See my babies :razz:


----------



## Jetlaya67 (Sep 26, 2012)

So cute! Great names too.


----------



## cat owner again (Dec 14, 2012)

Hey I have a Blanco! Your kitties are stunning.


----------



## suivanova (Apr 2, 2013)

Thank you both! We are a hispanic household plus obviously we lack imagination! I would like to re-naming then Lazy & Crazy but that ship is gone...


----------



## Heckle& jeckle (Feb 16, 2013)

Beautiful cats 

Sent from Petguide.com Free App


----------



## suivanova (Apr 2, 2013)

Thank you Heckle& jeckle


----------



## emilyatl (Sep 9, 2013)

What pretty kitties! I love the ones of them sitting together looking outside.


----------



## suivanova (Apr 2, 2013)

Thank you emilyatl, those two share two passions: looking at the squirrels and chase each other.

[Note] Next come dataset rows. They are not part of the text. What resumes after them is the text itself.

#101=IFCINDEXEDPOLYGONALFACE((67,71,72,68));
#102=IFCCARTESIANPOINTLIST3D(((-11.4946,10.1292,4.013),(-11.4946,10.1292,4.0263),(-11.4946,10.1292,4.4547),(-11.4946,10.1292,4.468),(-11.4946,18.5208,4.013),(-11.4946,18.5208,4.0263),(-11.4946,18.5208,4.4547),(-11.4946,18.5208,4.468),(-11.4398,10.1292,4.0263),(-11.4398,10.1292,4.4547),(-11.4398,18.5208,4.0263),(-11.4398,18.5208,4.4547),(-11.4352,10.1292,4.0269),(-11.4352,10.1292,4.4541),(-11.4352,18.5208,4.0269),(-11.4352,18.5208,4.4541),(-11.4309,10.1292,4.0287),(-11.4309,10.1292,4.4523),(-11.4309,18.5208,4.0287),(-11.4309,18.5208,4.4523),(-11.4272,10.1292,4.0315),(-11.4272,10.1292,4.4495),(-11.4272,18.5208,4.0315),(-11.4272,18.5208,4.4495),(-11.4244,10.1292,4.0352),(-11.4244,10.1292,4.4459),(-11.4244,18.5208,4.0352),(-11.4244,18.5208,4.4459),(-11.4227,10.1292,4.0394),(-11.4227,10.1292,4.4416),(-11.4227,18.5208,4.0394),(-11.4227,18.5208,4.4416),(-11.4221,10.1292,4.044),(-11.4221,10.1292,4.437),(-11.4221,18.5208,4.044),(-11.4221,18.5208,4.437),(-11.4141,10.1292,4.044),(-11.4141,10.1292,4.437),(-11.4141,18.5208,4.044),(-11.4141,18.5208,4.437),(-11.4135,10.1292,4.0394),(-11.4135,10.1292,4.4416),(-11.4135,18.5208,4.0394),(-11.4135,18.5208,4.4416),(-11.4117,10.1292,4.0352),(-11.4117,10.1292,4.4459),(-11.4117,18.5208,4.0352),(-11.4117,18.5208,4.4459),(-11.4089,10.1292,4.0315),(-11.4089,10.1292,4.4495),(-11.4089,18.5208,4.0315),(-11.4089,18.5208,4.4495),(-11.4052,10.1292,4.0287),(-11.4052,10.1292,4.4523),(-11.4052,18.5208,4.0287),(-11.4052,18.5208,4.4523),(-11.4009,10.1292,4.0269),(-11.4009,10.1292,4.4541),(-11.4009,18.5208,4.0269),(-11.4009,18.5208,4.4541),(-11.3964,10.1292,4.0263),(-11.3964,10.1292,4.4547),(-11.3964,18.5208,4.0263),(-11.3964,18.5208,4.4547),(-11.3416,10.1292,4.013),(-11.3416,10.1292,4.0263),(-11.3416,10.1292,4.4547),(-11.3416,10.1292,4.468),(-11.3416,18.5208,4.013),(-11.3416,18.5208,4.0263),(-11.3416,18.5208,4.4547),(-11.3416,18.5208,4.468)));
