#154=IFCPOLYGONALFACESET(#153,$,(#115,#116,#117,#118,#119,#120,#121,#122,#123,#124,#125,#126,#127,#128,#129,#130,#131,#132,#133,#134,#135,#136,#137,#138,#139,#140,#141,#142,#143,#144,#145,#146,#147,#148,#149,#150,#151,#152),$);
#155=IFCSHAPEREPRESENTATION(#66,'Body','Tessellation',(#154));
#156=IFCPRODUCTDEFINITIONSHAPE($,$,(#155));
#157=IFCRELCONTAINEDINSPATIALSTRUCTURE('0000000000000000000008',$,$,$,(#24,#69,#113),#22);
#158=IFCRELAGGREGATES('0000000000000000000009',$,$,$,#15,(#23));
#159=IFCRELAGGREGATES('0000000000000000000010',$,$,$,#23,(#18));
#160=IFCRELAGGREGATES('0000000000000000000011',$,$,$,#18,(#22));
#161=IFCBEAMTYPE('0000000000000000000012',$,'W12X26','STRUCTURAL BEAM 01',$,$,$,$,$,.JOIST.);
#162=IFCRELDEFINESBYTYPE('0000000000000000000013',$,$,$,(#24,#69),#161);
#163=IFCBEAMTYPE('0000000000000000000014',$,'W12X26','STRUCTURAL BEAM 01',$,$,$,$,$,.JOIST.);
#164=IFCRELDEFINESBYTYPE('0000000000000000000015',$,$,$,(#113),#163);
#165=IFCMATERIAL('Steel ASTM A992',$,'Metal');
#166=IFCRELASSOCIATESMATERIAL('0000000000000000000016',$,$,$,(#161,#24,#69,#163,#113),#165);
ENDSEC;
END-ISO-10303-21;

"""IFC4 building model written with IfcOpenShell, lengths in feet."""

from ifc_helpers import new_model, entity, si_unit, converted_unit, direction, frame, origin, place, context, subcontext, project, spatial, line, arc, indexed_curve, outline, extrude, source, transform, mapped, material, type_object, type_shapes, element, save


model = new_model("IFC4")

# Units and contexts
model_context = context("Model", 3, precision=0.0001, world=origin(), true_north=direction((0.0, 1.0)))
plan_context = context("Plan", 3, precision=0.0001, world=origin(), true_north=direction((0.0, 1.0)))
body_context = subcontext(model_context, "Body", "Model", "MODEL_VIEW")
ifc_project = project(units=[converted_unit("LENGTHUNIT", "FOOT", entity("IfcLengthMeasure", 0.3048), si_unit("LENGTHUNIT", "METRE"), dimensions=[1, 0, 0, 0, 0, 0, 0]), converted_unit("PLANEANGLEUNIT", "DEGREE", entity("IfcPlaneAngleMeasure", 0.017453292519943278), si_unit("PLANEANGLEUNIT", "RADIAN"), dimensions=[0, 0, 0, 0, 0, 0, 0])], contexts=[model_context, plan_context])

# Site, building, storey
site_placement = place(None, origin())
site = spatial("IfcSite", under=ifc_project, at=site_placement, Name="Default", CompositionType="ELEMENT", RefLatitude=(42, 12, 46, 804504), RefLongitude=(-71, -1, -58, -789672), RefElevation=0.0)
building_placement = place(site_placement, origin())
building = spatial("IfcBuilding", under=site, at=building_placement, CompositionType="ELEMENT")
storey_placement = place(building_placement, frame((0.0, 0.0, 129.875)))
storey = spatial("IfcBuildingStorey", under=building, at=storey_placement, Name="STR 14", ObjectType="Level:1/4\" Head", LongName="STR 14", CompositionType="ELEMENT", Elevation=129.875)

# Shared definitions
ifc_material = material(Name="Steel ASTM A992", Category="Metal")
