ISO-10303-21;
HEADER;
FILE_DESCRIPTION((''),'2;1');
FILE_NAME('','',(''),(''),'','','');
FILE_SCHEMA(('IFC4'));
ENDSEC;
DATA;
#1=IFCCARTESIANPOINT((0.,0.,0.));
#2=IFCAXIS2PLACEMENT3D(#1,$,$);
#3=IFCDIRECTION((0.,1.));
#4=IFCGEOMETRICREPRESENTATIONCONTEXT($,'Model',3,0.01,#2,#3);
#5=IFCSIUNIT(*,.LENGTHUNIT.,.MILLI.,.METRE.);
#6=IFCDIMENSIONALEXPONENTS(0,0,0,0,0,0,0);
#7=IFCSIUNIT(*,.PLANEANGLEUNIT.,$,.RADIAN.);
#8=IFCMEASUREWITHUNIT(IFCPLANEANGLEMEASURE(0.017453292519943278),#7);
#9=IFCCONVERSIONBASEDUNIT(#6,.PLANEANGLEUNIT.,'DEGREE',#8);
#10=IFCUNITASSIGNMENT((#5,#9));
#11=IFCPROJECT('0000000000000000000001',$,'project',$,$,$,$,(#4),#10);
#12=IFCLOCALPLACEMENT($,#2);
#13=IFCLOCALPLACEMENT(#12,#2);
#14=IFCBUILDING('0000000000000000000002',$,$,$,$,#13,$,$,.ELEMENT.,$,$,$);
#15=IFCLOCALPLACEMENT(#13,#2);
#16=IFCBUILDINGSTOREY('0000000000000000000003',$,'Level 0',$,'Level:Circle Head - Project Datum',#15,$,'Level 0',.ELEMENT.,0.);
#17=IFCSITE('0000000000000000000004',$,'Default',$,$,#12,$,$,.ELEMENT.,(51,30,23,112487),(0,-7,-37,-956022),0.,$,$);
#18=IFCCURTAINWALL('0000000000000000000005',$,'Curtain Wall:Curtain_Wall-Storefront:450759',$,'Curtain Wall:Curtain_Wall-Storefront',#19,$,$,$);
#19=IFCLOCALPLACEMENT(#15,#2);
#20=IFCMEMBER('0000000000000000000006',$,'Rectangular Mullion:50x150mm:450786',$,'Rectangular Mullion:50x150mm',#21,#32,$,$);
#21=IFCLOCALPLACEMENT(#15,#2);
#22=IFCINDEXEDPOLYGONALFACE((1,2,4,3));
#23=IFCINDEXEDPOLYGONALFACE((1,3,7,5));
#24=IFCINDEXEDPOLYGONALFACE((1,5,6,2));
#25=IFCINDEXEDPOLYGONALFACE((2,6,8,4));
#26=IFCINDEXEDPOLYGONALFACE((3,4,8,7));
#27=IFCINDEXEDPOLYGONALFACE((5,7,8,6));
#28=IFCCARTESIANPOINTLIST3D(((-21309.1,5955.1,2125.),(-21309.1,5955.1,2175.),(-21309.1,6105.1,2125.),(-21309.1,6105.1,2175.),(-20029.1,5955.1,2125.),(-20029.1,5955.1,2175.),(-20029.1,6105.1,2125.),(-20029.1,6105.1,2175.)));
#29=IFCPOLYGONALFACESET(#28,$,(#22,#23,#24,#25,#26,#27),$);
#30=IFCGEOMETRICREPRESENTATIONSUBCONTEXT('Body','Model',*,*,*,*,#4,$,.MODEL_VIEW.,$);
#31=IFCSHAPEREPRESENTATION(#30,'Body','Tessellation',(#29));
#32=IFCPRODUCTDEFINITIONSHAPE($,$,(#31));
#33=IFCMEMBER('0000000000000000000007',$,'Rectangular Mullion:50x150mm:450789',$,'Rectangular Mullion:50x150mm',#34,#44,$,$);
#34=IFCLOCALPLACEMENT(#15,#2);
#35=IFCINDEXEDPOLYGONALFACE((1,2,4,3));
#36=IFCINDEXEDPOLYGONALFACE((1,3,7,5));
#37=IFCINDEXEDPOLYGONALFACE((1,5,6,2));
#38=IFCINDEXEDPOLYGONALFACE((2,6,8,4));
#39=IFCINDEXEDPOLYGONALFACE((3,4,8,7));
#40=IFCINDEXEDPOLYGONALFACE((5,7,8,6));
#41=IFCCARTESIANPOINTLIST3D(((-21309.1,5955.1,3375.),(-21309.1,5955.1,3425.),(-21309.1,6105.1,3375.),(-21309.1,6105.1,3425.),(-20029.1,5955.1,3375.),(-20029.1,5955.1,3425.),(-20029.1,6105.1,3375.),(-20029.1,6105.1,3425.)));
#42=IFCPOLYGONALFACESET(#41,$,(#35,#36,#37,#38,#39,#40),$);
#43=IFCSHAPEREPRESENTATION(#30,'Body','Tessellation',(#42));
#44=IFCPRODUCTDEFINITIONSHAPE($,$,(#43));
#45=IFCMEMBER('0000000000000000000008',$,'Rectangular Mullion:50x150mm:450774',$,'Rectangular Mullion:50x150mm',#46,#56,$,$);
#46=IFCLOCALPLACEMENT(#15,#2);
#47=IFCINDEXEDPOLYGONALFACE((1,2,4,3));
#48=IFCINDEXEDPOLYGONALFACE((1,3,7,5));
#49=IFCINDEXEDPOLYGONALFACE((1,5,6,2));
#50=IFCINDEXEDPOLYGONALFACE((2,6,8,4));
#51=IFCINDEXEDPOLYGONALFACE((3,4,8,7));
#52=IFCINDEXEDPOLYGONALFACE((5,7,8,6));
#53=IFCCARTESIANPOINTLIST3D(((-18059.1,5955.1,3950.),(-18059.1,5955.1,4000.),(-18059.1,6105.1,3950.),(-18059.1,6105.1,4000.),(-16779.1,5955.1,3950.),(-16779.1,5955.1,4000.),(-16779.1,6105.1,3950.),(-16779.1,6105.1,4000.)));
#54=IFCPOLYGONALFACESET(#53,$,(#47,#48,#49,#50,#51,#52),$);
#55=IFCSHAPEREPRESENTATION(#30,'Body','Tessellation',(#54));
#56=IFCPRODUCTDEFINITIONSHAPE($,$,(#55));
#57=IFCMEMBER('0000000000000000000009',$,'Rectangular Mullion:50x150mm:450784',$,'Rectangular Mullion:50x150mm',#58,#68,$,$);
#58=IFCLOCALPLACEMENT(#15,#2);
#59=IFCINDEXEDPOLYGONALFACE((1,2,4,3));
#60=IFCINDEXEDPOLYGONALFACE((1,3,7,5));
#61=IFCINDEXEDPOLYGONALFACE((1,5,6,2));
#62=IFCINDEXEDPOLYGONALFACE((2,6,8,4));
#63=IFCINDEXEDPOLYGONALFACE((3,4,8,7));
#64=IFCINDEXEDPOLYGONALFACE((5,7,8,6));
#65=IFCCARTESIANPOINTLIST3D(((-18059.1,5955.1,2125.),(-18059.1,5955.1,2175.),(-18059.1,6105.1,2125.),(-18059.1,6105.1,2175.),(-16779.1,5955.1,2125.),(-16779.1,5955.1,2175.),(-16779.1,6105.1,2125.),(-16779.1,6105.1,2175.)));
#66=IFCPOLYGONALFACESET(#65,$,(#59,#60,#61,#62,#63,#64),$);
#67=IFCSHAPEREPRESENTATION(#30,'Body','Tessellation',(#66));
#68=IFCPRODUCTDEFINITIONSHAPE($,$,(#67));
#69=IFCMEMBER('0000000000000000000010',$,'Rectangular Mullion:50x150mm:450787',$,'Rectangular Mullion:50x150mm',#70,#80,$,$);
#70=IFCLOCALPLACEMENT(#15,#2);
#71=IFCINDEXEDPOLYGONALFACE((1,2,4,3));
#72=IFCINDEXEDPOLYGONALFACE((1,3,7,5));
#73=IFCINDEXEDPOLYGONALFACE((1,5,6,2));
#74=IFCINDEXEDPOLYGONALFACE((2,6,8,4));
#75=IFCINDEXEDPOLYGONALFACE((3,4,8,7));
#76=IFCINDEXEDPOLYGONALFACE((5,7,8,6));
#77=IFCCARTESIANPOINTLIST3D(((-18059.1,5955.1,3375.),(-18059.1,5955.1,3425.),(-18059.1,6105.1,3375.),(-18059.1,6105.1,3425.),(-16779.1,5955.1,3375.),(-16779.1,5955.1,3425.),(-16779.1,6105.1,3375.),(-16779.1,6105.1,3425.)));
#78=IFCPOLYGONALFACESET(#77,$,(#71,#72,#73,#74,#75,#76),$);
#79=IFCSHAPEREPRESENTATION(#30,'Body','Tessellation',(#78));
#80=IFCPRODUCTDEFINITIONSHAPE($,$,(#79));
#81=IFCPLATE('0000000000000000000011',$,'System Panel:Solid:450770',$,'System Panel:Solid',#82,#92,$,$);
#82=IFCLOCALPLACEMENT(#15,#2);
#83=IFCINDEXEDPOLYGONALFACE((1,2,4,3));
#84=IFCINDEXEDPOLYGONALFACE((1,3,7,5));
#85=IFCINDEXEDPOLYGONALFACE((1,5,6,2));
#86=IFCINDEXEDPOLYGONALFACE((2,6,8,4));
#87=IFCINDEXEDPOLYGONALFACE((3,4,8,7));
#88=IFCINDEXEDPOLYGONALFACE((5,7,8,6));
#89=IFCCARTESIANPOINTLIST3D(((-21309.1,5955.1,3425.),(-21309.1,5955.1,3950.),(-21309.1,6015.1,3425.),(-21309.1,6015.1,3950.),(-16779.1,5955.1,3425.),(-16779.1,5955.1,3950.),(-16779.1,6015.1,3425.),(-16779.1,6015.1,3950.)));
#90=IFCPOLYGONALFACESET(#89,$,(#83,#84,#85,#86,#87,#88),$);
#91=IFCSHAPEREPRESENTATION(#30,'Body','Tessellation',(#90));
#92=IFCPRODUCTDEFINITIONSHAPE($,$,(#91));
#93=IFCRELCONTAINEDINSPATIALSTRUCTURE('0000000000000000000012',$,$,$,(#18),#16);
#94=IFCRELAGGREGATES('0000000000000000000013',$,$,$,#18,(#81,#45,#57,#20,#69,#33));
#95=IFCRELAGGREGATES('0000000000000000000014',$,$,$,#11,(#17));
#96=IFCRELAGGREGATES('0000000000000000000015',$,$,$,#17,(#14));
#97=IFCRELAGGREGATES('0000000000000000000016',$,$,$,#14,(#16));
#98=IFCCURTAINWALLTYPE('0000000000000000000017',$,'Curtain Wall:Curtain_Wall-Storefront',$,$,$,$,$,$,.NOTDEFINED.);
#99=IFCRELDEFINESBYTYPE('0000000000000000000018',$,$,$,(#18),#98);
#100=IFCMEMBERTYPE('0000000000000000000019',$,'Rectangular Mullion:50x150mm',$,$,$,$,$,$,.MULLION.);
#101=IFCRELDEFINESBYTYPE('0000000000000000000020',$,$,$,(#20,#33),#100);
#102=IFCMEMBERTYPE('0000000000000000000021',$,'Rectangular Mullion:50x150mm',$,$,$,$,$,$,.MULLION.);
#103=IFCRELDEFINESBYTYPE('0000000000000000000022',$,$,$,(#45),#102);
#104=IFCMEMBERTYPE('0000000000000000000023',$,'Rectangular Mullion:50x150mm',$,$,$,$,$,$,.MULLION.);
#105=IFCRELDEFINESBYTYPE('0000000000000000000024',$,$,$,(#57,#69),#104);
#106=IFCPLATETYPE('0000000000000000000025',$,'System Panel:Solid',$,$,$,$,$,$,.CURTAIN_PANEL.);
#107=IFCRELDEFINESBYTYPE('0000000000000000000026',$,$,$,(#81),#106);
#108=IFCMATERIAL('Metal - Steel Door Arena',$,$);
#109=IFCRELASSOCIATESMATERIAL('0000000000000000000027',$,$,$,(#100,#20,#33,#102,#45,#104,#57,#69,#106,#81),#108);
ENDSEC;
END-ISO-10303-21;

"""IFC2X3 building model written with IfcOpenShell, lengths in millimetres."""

from ifc_helpers import new_model, entity, si_unit, converted_unit, direction, frame, frame_2d, origin, origin_2d_with_axis, place, context, subcontext, project, spatial, rectangle, extrude, source, transform, mapped, material, type_object, type_shapes, element, aggregate, save


model = new_model("IFC2X3")

# Units and contexts
model_context = context("Model", 3, precision=0.01, world=origin(), true_north=direction((0.0, 1.0)))
body_context = subcontext(model_context, "Body", "Model", "MODEL_VIEW")
ifc_project = project(units=[si_unit("LENGTHUNIT", "METRE", prefix="MILLI"), converted_unit("PLANEANGLEUNIT", "DEGREE", entity("IfcPlaneAngleMeasure", 0.017453292519943278), si_unit("PLANEANGLEUNIT", "RADIAN"), dimensions=[0, 0, 0, 0, 0, 0, 0])], contexts=[model_context])

# Site, building, storey
site_placement = place(None, origin())
site = spatial("IfcSite", under=ifc_project, at=site_placement, Name="Default", CompositionType="ELEMENT", RefLatitude=(51, 30, 23, 112487), RefLongitude=(0, -7, -37, -956022), RefElevation=0.0)
building_placement = place(site_placement, origin())
building = spatial("IfcBuilding", under=site, at=building_placement, CompositionType="ELEMENT")
storey_placement = place(building_placement, origin())
storey = spatial("IfcBuildingStorey", under=building, at=storey_placement, Name="Level 0", ObjectType="Level:Circle Head - Project Datum", LongName="Level 0", CompositionType="ELEMENT", Elevation=0.0)

# Curtain wall, members, plate
curtain_wall_type = type_object("IfcCurtainWallType", Name="Curtain Wall:Curtain_Wall-Storefront", PredefinedType="NOTDEFINED")
curtain_wall_placement = place(storey_placement, origin())
curtain_wall = element("IfcCurtainWall", 1, at=curtain_wall_placement, inside=storey, type_object=curtain_wall_type, Name="Curtain Wall:Curtain_Wall-Storefront:450759", ObjectType="Curtain Wall:Curtain_Wall-Storefront")
ifc_material_1 = material(Name="Metal - Steel Door Arena")
member_type_1 = type_object("IfcMemberType", Name="Rectangular Mullion:50x150mm", PredefinedType="MULLION", material=ifc_material_1)
shared_shape_1 = source(origin(), body_context, "Body", "SweptSolid", [
    extrude(rectangle(XDim=50.0, YDim=150.0, at=origin_2d_with_axis()), frame((0.0, 0.0, -1280.0), z_axis=(0.0, 0.0, 1.0), x_axis=(-1.0, 0.0, 0.0)), (0.0, 0.0, 1.0), 1280.0),
])
type_shapes(member_type_1, [shared_shape_1])
member_1_placement = place(curtain_wall_placement, frame((-21309.1, 6030.1, 2150.0), z_axis=(-1.0, 0.0, 0.0), x_axis=(0.0, 0.0, 1.0)))
member_1 = element("IfcMember", 2, at=member_1_placement, type_object=member_type_1, material=ifc_material_1, Name="Rectangular Mullion:50x150mm:450786", ObjectType="Rectangular Mullion:50x150mm", context=body_context, shape_type="MappedRepresentation", body=[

They've been together only for a short and while and I still have hope that in time they actually become friends I am not holding my breath.


----------



## kittiesmom (Aug 27, 2013)

:catmilk Lovely kittens and lovely names too. :catmilk


----------



## queen34 (Aug 30, 2013)

Very beautiful.

Sent from Petguide.com Free App


----------



## suivanova (Apr 2, 2013)

Thank you Kittiesmom & queen34


----------



## tezster (Jun 4, 2013)

Adorabe cats  and I like that two-level, floor-to-ceiling perch they're on.


----------



## suivanova (Apr 2, 2013)

Thank you Tezster. It is actually a three-level cat tree. They both go nuts for it.


----------



## suivanova (Apr 2, 2013)

Thank you, thank you, thank you. I know my kitties are gorgeous but I still like to hear it


----------